Improving the programming for older adults in the Portland Area is the focus of an interprofessional project being led by the University of New England’s Center for Excellence in Aging and Health (CEAH).
In partnership with The Salvation Army of Portland’s Center for Healthy Aging, also known as the Senior Center, the two-phase project entails analyzing the strengths and recommended improvements of the center’s program offerings for older adults and comparing them to organizations that offer similar programming.
Such activities at the CHA include Bingo, Bible study, card games, potluck lunches, timbrel classes, a foot clinic, center-facilitated grocery shopping, and more.
The CHA serves community dwelling older adults based on a mission to meet the needs of the whole person and enrich their quality of life. On Tuesdays, Wednesdays, and Thursdays, adults 55 and older who are members of the center can gather for a variety of programs, trips, and entertainment as well as make new friends.
Beginning in April, as part of the first phase of the project, UNE student Nora Ramos-Michael (M.P.H., ’21) interviewed CHA Director Janet Lavenbein, plus an active volunteer, to inform the evaluation project.

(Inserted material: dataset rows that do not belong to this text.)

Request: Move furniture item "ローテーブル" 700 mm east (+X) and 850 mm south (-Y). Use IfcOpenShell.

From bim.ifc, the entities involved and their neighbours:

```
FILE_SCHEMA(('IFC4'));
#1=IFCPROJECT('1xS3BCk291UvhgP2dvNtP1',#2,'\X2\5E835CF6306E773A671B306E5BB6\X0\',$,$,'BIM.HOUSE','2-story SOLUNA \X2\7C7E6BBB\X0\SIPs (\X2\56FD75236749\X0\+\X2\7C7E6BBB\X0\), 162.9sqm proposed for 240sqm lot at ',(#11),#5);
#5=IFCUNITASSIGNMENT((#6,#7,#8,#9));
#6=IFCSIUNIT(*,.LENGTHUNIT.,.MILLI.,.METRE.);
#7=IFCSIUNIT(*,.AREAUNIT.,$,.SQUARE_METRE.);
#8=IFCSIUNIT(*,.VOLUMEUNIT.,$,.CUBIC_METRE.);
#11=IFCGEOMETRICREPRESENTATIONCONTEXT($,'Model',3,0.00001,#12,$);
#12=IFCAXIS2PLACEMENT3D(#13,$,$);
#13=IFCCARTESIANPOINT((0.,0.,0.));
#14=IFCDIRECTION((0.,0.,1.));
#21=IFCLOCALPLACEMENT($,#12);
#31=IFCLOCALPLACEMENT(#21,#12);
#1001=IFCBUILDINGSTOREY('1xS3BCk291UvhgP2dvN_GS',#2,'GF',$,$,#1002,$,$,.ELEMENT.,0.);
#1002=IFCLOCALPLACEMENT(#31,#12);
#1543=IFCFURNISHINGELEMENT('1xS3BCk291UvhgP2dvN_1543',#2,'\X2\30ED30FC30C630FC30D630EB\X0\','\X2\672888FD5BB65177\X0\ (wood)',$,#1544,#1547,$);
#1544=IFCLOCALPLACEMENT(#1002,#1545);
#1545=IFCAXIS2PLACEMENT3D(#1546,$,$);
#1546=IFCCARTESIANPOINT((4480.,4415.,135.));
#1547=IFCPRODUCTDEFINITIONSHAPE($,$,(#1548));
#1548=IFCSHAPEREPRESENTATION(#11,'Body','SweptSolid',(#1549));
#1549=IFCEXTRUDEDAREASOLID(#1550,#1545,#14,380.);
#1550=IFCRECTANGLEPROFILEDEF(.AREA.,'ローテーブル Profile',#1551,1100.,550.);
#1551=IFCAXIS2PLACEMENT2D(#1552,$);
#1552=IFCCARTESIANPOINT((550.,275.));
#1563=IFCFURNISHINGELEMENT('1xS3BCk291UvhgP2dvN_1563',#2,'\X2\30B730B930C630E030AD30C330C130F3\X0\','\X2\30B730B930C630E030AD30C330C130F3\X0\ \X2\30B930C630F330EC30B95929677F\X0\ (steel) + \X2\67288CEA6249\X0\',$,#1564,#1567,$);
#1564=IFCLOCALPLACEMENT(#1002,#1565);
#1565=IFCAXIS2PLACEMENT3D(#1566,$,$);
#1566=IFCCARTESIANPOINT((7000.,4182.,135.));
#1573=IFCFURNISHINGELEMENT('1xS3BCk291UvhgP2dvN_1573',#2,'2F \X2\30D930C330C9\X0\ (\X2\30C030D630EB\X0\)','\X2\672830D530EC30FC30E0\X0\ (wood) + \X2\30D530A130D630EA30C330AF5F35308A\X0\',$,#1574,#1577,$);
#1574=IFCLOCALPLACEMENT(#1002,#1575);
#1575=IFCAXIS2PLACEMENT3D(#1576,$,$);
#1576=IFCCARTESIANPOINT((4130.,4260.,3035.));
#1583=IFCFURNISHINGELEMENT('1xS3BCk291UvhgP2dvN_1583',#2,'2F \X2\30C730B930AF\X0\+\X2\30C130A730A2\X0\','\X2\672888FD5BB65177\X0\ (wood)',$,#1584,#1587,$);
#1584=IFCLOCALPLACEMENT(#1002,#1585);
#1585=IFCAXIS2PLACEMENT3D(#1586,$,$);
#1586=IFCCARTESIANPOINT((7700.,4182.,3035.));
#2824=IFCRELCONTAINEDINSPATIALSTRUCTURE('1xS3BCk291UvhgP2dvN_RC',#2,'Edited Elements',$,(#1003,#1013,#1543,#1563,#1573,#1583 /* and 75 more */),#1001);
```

```python
import ifcopenshell
import ifcopenshell.api.geometry
import ifcopenshell.util.placement
import ifcopenshell.util.unit

model = ifcopenshell.open("bim.ifc")
unit_scale = ifcopenshell.util.unit.calculate_unit_scale(model)

item = model.by_guid("1xS3BCk291UvhgP2dvN_1543")
matrix = ifcopenshell.util.placement.get_local_placement(item.ObjectPlacement)
matrix[0, 3] += 0.7 / unit_scale
matrix[1, 3] -= 0.85 / unit_scale
ifcopenshell.api.geometry.edit_object_placement(model, product=item, matrix=matrix, is_si=False)

print(ifcopenshell.util.placement.get_local_placement(item.ObjectPlacement).round(3) + 0.0)

model.write("bim_updated.ifc")
```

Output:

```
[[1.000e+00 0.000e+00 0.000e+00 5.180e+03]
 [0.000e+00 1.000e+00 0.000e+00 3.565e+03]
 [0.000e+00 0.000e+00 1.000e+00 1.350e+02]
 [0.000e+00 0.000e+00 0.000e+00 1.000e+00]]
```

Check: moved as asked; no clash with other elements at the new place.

These contacts set the stage for UNE students Topher Van Hare (D.O., ’24) and Alyssa Welt (M.P.H.,’21) to complete a day-long immersion at the CHA, located at The Salvation Army’s Cumberland Avenue site, in mid-May. Van Hare attended in-person, while Welt – as a remote learner in the College of Graduate and Professional Studies (CGPS) – partook via FaceTime.

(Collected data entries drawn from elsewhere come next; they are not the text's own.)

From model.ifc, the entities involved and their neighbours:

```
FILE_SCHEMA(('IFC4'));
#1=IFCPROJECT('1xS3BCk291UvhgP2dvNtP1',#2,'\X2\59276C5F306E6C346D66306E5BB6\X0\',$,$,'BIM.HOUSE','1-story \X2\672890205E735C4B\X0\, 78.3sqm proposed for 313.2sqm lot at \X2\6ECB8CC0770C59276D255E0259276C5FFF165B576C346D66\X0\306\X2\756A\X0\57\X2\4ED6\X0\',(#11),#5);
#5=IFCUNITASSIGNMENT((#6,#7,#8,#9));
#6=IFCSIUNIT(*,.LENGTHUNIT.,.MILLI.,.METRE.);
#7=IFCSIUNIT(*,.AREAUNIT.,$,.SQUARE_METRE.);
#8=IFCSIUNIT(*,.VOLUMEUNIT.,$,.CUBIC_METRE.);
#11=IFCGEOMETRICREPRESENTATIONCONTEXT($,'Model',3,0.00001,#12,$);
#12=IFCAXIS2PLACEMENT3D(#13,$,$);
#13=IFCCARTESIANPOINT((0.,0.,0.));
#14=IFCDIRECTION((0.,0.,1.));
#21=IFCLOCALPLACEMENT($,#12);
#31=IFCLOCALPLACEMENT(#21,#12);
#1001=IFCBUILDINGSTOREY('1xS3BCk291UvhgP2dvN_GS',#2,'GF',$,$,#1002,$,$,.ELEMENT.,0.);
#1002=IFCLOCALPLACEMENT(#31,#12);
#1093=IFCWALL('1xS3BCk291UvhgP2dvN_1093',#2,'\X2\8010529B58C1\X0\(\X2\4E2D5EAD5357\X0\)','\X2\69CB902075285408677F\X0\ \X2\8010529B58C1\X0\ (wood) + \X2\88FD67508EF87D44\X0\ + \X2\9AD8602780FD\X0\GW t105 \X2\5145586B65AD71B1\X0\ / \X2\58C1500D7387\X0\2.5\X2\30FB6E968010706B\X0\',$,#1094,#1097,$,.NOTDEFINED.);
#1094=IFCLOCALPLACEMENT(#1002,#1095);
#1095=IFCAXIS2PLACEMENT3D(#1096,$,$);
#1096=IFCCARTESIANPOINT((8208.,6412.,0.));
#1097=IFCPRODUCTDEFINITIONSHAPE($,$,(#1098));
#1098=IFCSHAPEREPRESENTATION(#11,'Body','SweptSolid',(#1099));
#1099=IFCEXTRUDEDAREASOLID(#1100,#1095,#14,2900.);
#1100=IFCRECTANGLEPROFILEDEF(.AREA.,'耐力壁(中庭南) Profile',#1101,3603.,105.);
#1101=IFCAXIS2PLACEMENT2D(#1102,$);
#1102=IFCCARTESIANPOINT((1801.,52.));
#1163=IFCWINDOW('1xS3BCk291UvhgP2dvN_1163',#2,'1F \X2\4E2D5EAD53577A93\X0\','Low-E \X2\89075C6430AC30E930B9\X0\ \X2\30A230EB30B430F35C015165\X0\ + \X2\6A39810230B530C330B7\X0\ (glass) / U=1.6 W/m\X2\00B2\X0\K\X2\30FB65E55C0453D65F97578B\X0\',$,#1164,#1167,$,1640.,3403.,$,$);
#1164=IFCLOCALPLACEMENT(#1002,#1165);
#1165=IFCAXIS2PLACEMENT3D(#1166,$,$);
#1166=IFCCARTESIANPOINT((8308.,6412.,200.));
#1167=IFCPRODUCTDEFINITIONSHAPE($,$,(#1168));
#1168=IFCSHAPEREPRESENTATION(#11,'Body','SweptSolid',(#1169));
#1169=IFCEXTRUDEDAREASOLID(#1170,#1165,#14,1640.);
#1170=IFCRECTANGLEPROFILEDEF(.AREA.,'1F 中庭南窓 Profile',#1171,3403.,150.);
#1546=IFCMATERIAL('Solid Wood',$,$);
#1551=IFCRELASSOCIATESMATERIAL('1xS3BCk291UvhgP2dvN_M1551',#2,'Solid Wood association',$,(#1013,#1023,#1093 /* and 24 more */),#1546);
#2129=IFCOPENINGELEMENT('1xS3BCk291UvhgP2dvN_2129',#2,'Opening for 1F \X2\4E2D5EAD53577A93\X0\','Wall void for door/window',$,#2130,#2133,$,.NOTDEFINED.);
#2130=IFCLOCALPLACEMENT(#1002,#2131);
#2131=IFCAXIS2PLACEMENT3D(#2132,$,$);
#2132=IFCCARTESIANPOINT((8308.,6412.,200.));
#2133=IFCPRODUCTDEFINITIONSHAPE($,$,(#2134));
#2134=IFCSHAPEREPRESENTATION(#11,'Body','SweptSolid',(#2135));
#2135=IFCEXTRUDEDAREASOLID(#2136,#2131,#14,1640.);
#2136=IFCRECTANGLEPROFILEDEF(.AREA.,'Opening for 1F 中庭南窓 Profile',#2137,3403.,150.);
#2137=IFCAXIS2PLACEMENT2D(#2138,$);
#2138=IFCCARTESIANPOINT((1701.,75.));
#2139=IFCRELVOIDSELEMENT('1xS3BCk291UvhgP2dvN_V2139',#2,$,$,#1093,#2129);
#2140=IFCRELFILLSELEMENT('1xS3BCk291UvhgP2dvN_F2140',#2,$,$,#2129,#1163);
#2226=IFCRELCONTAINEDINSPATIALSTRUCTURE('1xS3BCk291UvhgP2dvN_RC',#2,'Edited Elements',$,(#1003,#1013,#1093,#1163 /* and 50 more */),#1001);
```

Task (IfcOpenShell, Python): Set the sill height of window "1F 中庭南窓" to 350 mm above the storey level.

```python
import numpy as np
import ifcopenshell
import ifcopenshell.api.geometry
import ifcopenshell.geom
import ifcopenshell.util.element
import ifcopenshell.util.placement
import ifcopenshell.util.shape
import ifcopenshell.util.unit

model = ifcopenshell.open("model.ifc")
unit_scale = ifcopenshell.util.unit.calculate_unit_scale(model)

window = model.by_id(1163)
opening = window.FillsVoids[0].RelatingOpeningElement
storey = ifcopenshell.util.element.get_container(window, ifc_class="IfcBuildingStorey")
level = ifcopenshell.util.placement.get_local_placement(storey.ObjectPlacement)[2, 3]

# The opening's origin need not be at the sill, so measure its lowest point.
shape = ifcopenshell.geom.create_shape(ifcopenshell.geom.settings(), opening)
bottom = ifcopenshell.util.shape.get_shape_bottom_elevation(shape, shape.geometry) / unit_scale
dz = level + 350.0 - bottom

shift = np.array([0.0, 0.0, dz])
# The window is not placed relative to its opening, so move both.
for product in (opening, window):
    matrix = ifcopenshell.util.placement.get_local_placement(product.ObjectPlacement)
    matrix[:3, 3] += shift
    ifcopenshell.api.geometry.edit_object_placement(model, product=product, matrix=matrix, is_si=False)

print(f"moved by {dz * unit_scale:+.3f} m")

model.write("model_rev.ifc")
```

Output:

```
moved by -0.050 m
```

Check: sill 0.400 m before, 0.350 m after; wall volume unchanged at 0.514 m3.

At the immersion, the two students interacted with members of the CHA, played games with them, and observed an exercise class, among other activities.
Van Hare, who is president of the UNE College of Osteopathic Medicine (UNE COM) chapter of the American Geriatrics Society, said the experience has been valuable as he prepares for a career in geriatrics.
“I’m interested in learning about programs that are outside of the clinical space,” he said. “This isn’t a doctor’s office – it’s a community center – and I think it’s really important to be able to learn how these older adults can be engaged in an environment like this and how that can really improve their health, both physically and mentally.”
Welt, a biomedical engineer for a medical device company, said the project will help her work with clients in Florida, where she lives, as that state has a large population of older adults.
“Maine and Florida are experiencing similar scenarios with aging populations,” she said. “It’s great to get involved with something as well structured as this and apply my learning to help with situations here in Florida.”
The collaboration is but one example of how the Center for Excellence in Aging and Health collaborates with community partners to support student learning, enrich the lives of older adults, and promote applied research projects.
“This partnership is a win-win for UNE and The Salvation Army. Our students are hungry for applied projects that make a difference,” explained Tom Meuser, Ph.D., founding director of the CEAH at UNE. “Here, we have an opportunity to explore the needs of community dwelling older adults in our area and provide strategic input for the Army’s future work. The students are doing the work and learning a lot in the process. I want to see the CEAH partnering more like this in the future.”
In the second phase of the project, Meuser and Carol Ewan Whyte, Ph.D., M.Sc., assistant director of Research and Service for UNE’s Graduate Programs in Public Health – plus several Master of Public Health (M.P.H.) students – will seek input from local professionals who are knowledgeable in aging services.
The students, Rene Agbortharh (M.P.H., ’22), Laura McCoy (M.P.H., ’22), and Hatem Shaglouf (M.P.H., ’21), will interview these “key informants,” as Meuser calls them, about local needs and how they see The Salvation Army tailoring and expanding their services. They will also explore possibilities for The Salvation Army to form additional partnerships.
The UNE team will then prepare a written report with recommendations for the CHA later this summer.
“The Salvation Army of Portland is excited to be in partnership with UNE for this project. Senior citizens are a vulnerable part of our community, and we want to serve this group as well as we are able to,” said Salvation Army Major Armida Harper, who serves as a coordinator for the Greater Portland Area. “With UNE’s help, we can objectively review where we are at and what we can do to expand the Center for Healthy Aging in the future. No individual is smarter than a group as a whole. Therefore, we strive to collaborate with others to best serve those who come through our doors.”